▸ **Required action**
Look below and pull out each line with the word "IFCRECTANGLEPROFILEDEF".

▸ **Records shown**
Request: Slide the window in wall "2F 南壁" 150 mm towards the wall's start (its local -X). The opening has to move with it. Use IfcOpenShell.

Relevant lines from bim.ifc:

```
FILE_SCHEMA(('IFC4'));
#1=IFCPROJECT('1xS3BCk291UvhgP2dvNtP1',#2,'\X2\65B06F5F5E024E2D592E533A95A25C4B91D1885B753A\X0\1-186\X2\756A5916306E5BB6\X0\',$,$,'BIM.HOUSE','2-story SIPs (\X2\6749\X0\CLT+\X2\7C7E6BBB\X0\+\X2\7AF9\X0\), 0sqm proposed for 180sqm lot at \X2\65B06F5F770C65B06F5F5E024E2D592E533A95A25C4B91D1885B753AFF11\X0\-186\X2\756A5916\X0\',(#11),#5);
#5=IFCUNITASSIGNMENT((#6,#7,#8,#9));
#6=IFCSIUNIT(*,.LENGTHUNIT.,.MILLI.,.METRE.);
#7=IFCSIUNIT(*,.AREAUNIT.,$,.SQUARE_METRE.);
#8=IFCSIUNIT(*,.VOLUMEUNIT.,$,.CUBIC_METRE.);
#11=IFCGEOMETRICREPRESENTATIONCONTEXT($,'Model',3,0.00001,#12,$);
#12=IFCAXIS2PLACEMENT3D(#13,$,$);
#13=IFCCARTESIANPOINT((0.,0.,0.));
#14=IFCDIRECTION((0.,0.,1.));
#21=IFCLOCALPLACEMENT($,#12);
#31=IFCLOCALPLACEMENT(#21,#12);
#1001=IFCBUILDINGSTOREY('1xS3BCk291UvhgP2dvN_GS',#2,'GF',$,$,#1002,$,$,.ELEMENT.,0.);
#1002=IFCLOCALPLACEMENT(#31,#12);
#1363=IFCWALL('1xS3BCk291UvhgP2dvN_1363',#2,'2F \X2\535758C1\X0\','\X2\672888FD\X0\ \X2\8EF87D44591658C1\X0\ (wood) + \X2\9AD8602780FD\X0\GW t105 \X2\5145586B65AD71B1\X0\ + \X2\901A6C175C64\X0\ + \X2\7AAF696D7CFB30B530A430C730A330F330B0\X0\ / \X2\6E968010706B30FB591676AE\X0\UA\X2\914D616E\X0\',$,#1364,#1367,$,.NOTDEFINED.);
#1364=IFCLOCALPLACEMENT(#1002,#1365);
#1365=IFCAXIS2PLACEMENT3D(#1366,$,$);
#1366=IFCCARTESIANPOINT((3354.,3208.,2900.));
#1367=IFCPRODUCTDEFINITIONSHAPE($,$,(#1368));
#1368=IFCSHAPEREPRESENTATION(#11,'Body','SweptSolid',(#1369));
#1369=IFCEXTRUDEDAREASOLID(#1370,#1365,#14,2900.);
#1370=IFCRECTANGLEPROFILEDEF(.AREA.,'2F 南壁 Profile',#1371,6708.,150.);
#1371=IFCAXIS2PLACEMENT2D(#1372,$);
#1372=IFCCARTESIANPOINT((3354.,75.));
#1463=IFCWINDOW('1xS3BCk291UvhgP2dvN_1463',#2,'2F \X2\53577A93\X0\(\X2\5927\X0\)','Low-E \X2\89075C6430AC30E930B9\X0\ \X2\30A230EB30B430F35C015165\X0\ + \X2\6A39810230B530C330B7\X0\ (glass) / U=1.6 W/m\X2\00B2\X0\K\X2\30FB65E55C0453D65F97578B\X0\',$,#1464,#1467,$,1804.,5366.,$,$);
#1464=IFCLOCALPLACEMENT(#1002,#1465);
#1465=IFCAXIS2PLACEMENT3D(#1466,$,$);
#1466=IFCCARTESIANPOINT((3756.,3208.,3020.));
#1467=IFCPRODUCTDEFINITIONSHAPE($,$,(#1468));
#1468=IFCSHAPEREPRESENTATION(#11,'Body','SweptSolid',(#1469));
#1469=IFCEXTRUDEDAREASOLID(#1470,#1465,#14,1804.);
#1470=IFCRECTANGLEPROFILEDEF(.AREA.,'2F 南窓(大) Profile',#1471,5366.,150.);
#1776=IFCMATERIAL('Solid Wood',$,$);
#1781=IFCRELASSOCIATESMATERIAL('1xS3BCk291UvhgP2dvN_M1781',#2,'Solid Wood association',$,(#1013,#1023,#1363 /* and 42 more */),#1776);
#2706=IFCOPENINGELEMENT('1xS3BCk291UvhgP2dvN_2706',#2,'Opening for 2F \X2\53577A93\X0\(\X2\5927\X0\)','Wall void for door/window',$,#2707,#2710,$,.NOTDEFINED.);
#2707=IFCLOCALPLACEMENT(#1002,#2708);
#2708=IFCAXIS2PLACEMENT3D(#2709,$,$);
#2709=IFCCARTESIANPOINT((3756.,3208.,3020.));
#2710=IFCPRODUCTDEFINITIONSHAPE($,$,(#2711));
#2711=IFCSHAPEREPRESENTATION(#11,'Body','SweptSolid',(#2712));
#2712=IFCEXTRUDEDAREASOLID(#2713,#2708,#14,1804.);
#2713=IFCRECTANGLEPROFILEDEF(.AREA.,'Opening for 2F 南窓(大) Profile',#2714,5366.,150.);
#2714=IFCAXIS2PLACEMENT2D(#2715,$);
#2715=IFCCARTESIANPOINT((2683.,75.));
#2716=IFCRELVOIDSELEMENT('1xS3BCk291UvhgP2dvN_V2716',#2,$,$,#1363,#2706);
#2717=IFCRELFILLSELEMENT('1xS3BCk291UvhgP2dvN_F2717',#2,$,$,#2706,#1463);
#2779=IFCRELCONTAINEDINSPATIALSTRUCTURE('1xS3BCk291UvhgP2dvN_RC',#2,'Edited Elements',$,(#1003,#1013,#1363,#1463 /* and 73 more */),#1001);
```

```python
import ifcopenshell
import ifcopenshell.api.geometry
import ifcopenshell.util.placement

model = ifcopenshell.open("bim.ifc")

window = model.by_id(1463)
opening = window.FillsVoids[0].RelatingOpeningElement
wall = opening.VoidsElements[0].RelatingBuildingElement

wall_matrix = ifcopenshell.util.placement.get_local_placement(wall.ObjectPlacement)
shift = wall_matrix[:3, 0] * -150.0
before = ifcopenshell.util.placement.get_local_placement(window.ObjectPlacement)[:3, 3].copy()

# The window is not placed relative to its opening, so move both.
for product in (opening, window):
    matrix = ifcopenshell.util.placement.get_local_placement(product.ObjectPlacement)
    matrix[:3, 3] += shift
    ifcopenshell.api.geometry.edit_object_placement(model, product=product, matrix=matrix, is_si=False)

after = ifcopenshell.util.placement.get_local_placement(window.ObjectPlacement)[:3, 3]
print("window moved by", (after - before).round(3) + 0.0)

model.write("bim_edited.ifc")
```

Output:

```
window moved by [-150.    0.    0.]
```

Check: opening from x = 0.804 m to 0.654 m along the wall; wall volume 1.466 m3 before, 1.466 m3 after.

▸ **Finished task**
#1370=IFCRECTANGLEPROFILEDEF(.AREA.,'2F 南壁 Profile',#1371,6708.,150.);
#1470=IFCRECTANGLEPROFILEDEF(.AREA.,'2F 南窓(大) Profile',#1471,5366.,150.);
#2713=IFCRECTANGLEPROFILEDEF(.AREA.,'Opening for 2F 南窓(大) Profile',#2714,5366.,150.);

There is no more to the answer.